The big design hole of software build systems

In the previous step we saw this hole. The make utility is not able to cope with frequent code redesigns very well. Everytime a module or even a module reference is added or deleted in the sources, the developer must tinker with makefile to keep the build system informed about the current state of the dependencies between his program files. And the worse thing is that if forgets to do so, nothing will tell him. Strange behavior which I called "ghosts of bugs" (manifestations of bugs which were fixed long ago which are due to the misinformed build system failing to recompile the affected module) happens instead.

Out newbie Jim now got tired - soon enough to avoid to see other aspects of this big hole: broken library systems, problems determining what and where to install, lack of a library dependency tracking system and other problems. It seems that everybody out there who is making useful code is painstaking enought to maintain huge scripts for the ancient build system still used and cope with nasty bugs coming from the inconsistencies between these build scripts and the source codes.

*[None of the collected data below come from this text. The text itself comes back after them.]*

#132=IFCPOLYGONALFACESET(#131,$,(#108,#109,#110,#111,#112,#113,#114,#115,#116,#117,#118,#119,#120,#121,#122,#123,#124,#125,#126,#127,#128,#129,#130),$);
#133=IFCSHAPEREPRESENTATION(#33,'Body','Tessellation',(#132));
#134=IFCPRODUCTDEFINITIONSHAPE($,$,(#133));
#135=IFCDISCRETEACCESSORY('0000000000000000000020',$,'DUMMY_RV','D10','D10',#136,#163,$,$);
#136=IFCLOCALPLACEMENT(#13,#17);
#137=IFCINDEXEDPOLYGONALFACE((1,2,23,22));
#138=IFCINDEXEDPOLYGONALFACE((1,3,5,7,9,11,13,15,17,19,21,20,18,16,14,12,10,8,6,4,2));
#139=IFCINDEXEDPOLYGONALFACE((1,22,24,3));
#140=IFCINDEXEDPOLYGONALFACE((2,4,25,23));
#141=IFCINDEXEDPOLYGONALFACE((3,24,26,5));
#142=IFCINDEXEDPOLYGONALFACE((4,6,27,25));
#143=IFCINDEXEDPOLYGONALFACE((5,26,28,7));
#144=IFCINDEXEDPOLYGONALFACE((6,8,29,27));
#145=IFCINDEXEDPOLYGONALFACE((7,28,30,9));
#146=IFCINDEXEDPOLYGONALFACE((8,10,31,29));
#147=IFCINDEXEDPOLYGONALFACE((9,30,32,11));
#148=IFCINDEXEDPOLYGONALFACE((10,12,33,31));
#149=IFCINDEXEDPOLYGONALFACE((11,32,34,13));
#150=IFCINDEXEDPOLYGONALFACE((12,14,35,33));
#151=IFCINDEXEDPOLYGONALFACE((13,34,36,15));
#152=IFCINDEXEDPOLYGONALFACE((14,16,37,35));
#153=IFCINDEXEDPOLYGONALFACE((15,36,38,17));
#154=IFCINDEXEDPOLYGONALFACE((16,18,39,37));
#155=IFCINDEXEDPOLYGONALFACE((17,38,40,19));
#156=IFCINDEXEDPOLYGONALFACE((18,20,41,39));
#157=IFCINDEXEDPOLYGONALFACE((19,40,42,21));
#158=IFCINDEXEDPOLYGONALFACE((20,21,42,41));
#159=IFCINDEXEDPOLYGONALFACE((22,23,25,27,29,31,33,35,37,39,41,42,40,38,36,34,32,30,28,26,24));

But I'm not painstaking, I'm lazy. Very lazy. So lazy that I began to dream about a better build system for OSHS than trying to tinker huge scripts and constantly removing bugs from them. And this build system of my dreams also comes with its own software integration language.

About this big hole

You might be wondering now, whether I'm alone seeing this hole and why someone didn't do anything with it. After all everything that is needed to fix this big hole is to have the compiler to write the list of the referenced .h files somewhere aside so the build system can automatically decide what to build next and then finally what to link together to produce a working binary.

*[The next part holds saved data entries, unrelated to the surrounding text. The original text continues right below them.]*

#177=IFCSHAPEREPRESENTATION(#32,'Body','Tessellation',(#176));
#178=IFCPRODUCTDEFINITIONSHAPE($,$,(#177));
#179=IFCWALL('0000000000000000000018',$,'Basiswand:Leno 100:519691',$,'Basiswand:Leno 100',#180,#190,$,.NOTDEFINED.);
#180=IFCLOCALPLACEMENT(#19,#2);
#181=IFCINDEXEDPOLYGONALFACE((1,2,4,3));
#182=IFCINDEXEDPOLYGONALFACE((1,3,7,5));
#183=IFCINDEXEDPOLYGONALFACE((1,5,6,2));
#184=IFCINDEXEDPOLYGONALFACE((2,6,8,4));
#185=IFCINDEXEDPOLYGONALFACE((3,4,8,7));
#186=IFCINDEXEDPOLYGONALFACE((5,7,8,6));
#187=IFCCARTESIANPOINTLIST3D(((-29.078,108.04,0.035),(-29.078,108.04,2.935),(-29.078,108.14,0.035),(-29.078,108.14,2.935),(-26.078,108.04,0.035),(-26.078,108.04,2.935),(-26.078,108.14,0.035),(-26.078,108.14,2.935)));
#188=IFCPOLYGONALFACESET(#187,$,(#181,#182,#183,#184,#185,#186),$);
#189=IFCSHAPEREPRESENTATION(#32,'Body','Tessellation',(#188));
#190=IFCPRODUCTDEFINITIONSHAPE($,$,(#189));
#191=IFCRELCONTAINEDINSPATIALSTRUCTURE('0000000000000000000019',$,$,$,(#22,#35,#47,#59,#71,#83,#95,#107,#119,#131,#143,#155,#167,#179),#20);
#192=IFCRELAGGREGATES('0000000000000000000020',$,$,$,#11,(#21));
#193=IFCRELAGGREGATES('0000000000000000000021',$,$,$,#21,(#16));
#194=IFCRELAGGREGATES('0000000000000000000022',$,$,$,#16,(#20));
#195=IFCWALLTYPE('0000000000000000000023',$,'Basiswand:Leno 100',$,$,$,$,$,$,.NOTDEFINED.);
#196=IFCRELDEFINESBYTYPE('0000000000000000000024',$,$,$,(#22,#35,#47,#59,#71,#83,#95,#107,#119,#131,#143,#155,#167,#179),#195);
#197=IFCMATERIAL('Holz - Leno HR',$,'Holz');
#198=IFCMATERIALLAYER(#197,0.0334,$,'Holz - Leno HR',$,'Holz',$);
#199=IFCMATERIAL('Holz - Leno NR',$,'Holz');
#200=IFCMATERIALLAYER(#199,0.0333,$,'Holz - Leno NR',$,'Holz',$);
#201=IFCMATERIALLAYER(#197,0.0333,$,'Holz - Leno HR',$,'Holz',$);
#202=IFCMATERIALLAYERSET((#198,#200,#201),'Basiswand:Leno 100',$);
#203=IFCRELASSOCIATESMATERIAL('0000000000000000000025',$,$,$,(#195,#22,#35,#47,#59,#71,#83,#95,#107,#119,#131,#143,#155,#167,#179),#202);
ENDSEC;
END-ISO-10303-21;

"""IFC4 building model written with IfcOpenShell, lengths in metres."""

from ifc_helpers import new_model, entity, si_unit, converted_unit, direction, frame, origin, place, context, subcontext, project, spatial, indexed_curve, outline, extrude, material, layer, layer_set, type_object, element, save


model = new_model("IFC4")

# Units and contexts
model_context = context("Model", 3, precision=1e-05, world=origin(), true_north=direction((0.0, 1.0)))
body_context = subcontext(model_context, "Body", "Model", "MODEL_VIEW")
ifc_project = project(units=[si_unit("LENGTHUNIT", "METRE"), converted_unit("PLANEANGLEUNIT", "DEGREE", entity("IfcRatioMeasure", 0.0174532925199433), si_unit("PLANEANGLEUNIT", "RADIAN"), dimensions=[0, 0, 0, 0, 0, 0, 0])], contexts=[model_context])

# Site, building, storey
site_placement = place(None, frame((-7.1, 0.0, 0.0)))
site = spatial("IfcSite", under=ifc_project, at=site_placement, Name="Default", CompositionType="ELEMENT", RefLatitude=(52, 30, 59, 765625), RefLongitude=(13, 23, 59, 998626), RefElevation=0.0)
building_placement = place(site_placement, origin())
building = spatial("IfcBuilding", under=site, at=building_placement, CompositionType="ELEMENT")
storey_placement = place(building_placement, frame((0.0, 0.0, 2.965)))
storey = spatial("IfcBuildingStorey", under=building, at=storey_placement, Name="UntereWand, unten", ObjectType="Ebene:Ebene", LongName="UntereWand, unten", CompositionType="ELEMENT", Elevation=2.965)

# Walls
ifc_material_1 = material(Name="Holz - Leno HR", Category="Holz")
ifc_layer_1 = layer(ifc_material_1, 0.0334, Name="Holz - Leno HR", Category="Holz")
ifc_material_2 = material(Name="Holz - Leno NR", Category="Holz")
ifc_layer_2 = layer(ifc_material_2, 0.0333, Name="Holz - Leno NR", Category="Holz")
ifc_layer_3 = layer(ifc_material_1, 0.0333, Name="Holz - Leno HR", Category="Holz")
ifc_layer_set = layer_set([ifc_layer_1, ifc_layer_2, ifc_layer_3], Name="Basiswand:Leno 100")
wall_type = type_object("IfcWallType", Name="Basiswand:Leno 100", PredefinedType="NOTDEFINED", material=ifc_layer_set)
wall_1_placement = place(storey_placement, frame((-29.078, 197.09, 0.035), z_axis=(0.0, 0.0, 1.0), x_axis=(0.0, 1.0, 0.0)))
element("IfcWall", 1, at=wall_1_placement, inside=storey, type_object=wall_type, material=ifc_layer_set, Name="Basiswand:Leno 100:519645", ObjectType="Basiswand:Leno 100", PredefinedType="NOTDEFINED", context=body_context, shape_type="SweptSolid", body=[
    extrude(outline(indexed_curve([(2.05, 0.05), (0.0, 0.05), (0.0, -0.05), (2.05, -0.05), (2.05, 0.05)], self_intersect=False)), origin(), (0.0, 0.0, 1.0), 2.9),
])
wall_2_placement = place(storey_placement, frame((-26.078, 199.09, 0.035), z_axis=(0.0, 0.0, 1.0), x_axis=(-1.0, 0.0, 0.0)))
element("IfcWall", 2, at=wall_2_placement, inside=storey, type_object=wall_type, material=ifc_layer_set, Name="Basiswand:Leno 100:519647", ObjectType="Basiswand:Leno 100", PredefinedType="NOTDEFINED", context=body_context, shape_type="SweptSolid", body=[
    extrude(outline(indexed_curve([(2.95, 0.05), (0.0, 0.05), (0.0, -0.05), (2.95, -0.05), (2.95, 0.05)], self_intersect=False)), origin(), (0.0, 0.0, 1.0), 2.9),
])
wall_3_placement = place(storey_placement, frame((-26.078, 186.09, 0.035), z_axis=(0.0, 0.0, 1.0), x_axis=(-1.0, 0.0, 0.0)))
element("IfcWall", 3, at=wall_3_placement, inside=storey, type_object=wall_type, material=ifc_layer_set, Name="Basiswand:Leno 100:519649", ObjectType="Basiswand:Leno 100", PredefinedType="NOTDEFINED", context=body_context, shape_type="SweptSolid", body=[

The short answer to these questions is "broken standard". This broken standard prevents anyone from implementing the simple solution I suggested in the previous paragraph. To see how, we need to look at the design of the C compiler that is required by the standard.

As said before, the C language source code compilation is performed by two steps. First the file is fed into something called C preprocessor, which is responsible for interpreting directives like #include in the file. The result of the C preprocessor is what actually enters the compilation phrase.

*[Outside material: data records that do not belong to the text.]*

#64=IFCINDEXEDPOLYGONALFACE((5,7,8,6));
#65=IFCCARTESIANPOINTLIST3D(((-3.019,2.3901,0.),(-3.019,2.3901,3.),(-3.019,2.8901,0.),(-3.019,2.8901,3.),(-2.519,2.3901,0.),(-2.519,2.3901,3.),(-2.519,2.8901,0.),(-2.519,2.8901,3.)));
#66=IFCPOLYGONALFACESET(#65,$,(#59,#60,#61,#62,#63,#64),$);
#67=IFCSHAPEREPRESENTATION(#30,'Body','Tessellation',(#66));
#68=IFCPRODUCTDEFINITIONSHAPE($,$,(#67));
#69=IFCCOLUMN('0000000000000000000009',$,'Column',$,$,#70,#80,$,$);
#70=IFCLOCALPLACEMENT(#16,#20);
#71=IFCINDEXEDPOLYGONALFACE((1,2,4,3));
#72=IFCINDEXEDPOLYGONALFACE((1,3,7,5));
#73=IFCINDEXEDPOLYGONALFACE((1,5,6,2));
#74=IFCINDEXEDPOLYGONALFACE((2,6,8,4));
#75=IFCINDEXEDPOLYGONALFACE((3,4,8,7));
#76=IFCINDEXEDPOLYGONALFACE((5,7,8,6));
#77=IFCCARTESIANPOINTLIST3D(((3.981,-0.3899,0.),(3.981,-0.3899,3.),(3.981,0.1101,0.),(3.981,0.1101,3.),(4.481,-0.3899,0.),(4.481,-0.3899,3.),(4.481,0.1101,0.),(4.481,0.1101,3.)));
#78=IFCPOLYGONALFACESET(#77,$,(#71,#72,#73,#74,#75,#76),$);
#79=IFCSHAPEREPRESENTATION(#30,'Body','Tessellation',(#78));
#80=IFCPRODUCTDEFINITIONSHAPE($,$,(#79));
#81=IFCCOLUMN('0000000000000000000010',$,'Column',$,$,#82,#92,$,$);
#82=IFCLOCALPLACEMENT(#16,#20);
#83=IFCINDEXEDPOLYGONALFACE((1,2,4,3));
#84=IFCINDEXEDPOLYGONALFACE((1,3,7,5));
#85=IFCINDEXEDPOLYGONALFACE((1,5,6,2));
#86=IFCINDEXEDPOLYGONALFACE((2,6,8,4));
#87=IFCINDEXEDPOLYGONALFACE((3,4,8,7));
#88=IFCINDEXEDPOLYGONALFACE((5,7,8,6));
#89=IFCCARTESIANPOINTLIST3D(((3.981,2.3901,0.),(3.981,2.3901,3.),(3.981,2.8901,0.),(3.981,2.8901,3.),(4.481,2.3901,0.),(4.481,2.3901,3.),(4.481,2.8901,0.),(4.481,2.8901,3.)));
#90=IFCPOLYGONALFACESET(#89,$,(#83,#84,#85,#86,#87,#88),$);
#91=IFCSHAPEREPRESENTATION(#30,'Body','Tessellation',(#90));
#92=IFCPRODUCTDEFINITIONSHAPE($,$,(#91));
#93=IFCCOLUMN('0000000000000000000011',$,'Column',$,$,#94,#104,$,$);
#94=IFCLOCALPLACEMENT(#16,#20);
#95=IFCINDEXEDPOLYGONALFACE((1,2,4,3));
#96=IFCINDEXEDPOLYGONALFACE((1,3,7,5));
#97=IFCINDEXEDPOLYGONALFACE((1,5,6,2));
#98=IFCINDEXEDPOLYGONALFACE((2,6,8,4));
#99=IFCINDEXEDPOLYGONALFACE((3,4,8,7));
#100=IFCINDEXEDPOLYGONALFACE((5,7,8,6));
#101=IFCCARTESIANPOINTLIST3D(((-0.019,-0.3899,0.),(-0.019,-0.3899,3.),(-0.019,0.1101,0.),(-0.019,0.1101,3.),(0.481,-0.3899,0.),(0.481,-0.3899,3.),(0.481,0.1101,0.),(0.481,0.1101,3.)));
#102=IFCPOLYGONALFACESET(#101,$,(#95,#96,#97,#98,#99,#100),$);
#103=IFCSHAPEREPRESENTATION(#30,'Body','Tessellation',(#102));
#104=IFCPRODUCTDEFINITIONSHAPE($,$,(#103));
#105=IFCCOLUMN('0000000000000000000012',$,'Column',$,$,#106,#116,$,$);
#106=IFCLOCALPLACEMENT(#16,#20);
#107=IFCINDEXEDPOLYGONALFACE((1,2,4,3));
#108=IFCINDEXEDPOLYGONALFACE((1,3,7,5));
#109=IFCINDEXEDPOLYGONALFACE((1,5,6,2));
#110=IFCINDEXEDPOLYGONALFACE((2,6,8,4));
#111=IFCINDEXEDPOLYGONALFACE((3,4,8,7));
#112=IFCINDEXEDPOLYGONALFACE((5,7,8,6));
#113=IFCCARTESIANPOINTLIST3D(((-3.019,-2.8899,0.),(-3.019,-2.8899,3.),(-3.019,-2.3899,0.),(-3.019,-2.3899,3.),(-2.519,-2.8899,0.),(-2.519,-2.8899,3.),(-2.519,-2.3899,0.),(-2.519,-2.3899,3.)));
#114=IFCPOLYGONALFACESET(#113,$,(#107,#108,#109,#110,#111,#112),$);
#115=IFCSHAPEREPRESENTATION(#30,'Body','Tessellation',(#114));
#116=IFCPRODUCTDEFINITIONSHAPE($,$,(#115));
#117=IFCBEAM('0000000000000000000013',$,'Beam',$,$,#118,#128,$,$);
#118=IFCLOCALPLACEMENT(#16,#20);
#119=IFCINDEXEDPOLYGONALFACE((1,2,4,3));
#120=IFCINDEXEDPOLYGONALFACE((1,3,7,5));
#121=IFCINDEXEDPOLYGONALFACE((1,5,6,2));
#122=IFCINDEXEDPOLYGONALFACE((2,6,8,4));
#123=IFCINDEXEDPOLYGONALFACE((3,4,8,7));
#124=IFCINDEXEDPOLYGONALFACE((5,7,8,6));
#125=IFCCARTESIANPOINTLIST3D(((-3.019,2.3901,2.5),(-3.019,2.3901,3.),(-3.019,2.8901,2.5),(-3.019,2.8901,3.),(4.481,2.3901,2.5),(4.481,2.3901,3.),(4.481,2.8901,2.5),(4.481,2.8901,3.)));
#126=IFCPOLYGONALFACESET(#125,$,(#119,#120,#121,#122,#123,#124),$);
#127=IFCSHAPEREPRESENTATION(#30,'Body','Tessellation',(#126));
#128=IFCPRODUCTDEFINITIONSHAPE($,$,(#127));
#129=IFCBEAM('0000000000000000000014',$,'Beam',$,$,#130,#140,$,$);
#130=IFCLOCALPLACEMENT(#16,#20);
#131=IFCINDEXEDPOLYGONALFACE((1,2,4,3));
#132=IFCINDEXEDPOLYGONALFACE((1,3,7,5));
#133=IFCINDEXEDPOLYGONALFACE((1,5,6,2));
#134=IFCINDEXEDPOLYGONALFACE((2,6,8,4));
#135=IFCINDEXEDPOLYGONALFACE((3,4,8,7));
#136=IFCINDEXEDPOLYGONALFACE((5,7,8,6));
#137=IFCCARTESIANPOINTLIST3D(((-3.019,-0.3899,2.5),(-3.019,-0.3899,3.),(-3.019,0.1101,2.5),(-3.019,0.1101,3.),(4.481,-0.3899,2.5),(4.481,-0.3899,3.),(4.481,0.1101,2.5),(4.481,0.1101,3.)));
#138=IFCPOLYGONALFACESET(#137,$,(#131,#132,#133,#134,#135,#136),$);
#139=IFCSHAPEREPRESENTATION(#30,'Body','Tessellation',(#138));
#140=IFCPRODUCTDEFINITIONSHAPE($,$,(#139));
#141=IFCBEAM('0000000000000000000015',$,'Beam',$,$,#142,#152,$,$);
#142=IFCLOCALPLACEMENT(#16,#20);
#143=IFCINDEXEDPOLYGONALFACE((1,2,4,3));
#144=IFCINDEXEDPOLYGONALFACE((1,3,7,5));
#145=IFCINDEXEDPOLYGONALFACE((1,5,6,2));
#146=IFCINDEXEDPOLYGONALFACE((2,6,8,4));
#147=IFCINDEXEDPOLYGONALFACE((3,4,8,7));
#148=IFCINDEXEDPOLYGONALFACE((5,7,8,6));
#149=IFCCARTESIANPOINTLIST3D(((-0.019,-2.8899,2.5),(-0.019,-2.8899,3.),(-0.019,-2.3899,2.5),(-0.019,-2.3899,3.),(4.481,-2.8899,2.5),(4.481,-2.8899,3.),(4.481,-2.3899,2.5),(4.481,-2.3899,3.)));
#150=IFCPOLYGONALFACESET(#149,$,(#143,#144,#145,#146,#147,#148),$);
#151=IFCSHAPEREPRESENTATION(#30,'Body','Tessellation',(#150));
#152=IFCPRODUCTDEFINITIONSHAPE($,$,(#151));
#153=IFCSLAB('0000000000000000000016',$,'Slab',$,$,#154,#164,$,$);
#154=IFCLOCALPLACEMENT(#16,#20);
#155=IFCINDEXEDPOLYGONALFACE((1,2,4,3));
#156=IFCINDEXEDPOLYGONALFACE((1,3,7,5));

To see an example we will use the files hello.c, banner.h and banner.c from the modularization example. First produce banner.o file so we don't have to bother with it anymore:

$ gcc -c banner.c
$ _

Now we can use the -E flag to see what exactly enters the compiler. The -E flag tells gcc to send the preprocessed source to stdout instead of the compiler:

$ gcc -E hello.c
# 1 "hello.c"
# 1 "<built-in>"
# 1 "<command-line>"
# 1 "hello.c"
# 1 "banner.h" 1
void NewLine(void);
void GenerateBanner(char *Str);
# 2 "hello.c" 2

int main(void)
{
  NewLine();
  GenerateBanner("Hello, world !");
  NewLine();
  return(0);
}
$ _

As you can see, the content of the banner.h appears in the resulting file along with an indication where it came from (the # 1 "banner.h" 1 line above). However this origin information is not used to determine that a banner module is needed for the build, is is only used by the compiler to provide an exact location of any errors it finds in the file. The reason is that the standard requires that. More specifically, the standard says that the following example must also work (assuming we have the banner.o file already compiled):

$ cat hello1.c
void NewLine(void);
void GenerateBanner(char *Str);

int main(void)
{
  NewLine();
  GenerateBanner("Hello, world !");
  NewLine();
  return(0);
}
$ gcc -c hello1.c
$ gcc -o hello hello1.o banner.o
$ _

This new file hello1.c does not #include the header file banner.h but embeds its content (the first two lines in the file) directly. The C standard says that this must work like the previous file with the #include directive.